Collected data entries »
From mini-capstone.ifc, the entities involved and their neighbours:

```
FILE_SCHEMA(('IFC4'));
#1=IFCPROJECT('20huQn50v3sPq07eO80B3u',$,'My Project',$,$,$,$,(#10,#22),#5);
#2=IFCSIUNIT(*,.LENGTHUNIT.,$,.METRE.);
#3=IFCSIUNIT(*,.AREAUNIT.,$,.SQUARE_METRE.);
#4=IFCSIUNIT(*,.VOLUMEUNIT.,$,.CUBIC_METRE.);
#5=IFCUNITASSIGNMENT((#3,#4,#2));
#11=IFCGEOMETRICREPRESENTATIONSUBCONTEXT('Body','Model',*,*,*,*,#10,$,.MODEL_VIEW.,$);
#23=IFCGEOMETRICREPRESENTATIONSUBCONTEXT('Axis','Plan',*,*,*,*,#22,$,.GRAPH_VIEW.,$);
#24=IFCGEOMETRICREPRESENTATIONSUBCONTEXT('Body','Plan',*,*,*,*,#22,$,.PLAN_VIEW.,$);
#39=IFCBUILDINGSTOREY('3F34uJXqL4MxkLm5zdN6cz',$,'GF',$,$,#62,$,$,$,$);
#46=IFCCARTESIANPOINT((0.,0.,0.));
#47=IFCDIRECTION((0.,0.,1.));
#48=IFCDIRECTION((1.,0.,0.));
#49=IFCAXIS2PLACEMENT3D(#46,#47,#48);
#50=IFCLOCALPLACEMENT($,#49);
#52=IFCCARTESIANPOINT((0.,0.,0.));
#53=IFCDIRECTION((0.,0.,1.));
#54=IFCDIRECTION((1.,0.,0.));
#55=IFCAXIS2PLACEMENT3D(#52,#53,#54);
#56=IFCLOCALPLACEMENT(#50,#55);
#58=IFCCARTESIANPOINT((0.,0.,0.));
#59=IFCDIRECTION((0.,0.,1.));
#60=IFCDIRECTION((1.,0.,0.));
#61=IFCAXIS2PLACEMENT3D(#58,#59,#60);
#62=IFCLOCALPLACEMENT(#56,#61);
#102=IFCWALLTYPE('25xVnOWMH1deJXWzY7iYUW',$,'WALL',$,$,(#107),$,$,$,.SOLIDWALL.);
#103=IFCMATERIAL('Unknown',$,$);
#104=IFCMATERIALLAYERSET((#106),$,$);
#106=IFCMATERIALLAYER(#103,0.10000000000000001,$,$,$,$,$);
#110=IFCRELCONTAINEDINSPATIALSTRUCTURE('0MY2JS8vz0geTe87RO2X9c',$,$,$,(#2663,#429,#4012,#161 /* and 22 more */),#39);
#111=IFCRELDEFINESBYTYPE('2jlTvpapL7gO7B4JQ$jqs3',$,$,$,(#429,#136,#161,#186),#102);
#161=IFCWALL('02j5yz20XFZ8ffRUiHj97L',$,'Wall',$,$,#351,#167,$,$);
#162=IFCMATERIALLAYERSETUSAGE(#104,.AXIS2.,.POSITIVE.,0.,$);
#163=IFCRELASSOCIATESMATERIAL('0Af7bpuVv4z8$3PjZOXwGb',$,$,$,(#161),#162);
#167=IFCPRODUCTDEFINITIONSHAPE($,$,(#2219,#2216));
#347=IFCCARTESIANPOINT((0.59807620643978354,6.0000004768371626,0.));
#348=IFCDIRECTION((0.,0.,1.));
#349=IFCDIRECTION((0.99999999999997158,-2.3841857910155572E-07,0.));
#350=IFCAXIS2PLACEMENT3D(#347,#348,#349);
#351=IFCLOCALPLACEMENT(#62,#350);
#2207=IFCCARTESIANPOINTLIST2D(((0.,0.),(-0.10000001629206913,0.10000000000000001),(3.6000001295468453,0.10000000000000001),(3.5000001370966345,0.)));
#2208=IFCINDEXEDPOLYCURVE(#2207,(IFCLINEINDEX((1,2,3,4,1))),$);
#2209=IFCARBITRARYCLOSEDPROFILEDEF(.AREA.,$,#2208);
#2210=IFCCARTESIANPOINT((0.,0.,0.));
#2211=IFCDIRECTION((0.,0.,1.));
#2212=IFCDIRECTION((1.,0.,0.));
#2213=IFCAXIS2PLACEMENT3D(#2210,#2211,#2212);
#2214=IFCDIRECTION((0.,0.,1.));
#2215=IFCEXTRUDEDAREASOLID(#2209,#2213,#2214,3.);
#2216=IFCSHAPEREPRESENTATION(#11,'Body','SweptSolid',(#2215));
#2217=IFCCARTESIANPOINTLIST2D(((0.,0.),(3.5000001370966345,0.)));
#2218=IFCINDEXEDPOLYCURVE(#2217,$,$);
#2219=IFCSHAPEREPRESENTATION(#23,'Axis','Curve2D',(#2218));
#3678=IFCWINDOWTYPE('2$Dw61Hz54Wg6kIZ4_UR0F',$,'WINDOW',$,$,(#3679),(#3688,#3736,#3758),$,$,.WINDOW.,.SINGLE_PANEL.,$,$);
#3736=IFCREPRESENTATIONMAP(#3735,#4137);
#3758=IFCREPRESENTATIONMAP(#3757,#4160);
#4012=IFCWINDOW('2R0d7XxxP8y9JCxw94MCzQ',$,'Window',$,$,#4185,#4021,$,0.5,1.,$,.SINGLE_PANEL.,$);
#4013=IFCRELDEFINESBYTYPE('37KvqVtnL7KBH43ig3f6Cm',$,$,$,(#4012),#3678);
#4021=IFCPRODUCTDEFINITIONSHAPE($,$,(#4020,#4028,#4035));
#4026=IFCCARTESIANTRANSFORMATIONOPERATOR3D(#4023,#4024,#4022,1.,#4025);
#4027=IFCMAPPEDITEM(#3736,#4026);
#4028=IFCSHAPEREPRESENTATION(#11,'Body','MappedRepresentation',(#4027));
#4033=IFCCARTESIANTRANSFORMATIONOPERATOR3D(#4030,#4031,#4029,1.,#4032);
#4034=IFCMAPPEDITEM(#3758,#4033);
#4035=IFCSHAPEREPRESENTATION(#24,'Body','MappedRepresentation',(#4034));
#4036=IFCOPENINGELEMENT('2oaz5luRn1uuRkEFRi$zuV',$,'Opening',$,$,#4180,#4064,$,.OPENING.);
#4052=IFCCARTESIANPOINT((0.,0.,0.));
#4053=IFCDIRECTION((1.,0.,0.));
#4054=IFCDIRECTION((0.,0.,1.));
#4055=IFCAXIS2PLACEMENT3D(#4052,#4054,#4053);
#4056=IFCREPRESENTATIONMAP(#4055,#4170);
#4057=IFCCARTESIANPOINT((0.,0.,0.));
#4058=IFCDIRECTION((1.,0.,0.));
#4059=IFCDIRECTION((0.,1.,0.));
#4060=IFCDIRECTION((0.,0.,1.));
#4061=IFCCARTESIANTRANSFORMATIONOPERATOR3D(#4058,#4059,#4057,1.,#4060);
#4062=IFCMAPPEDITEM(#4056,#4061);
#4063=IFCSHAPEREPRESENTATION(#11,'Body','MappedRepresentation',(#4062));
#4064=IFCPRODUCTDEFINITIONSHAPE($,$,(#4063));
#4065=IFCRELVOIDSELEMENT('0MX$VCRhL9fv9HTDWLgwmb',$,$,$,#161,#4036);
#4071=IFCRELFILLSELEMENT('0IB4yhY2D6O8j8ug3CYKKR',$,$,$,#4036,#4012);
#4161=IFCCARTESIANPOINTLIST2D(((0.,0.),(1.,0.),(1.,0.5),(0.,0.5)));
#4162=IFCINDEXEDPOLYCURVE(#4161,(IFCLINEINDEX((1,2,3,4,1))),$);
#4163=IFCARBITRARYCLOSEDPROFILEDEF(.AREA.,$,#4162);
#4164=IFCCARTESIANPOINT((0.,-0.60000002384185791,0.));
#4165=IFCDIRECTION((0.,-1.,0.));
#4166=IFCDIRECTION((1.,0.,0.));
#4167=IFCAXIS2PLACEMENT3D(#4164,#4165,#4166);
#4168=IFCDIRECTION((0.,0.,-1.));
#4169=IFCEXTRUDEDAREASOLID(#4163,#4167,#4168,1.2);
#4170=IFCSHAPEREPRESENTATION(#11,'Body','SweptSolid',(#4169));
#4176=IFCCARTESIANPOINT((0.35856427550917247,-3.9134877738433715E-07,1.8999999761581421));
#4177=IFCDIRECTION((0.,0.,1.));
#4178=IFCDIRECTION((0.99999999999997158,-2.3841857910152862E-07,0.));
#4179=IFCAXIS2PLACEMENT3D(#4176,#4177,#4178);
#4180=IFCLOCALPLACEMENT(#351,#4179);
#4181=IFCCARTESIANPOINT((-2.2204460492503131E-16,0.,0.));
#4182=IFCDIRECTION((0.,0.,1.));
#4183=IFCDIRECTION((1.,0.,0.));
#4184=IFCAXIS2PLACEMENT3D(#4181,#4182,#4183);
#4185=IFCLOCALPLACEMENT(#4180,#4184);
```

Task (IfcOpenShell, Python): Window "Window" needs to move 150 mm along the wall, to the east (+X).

```python
import ifcopenshell
import ifcopenshell.api.geometry
import ifcopenshell.util.placement
import ifcopenshell.util.unit

model = ifcopenshell.open("mini-capstone.ifc")
unit_scale = ifcopenshell.util.unit.calculate_unit_scale(model)

window = model.by_guid("2R0d7XxxP8y9JCxw94MCzQ")
opening = window.FillsVoids[0].RelatingOpeningElement
wall = opening.VoidsElements[0].RelatingBuildingElement

wall_matrix = ifcopenshell.util.placement.get_local_placement(wall.ObjectPlacement)
shift = wall_matrix[:3, 0] * 0.15 / unit_scale
before = ifcopenshell.util.placement.get_local_placement(window.ObjectPlacement)[:3, 3].copy()

# The window is placed relative to its opening, so it follows when the opening moves.
matrix = ifcopenshell.util.placement.get_local_placement(opening.ObjectPlacement)
matrix[:3, 3] += shift
ifcopenshell.api.geometry.edit_object_placement(
    model, product=opening, matrix=matrix, is_si=False, should_transform_children=True
)

after = ifcopenshell.util.placement.get_local_placement(window.ObjectPlacement)[:3, 3]
print("window moved by", (after - before).round(3) + 0.0)

model.write("mini-capstone_rev.ifc")
```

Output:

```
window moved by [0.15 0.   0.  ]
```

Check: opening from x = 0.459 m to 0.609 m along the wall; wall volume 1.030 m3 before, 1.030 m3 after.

Exercise aim » Say only the number of lines of the data above in which the string "IFCRELDEFINESBYTYPE" occurs.

Task solution » 2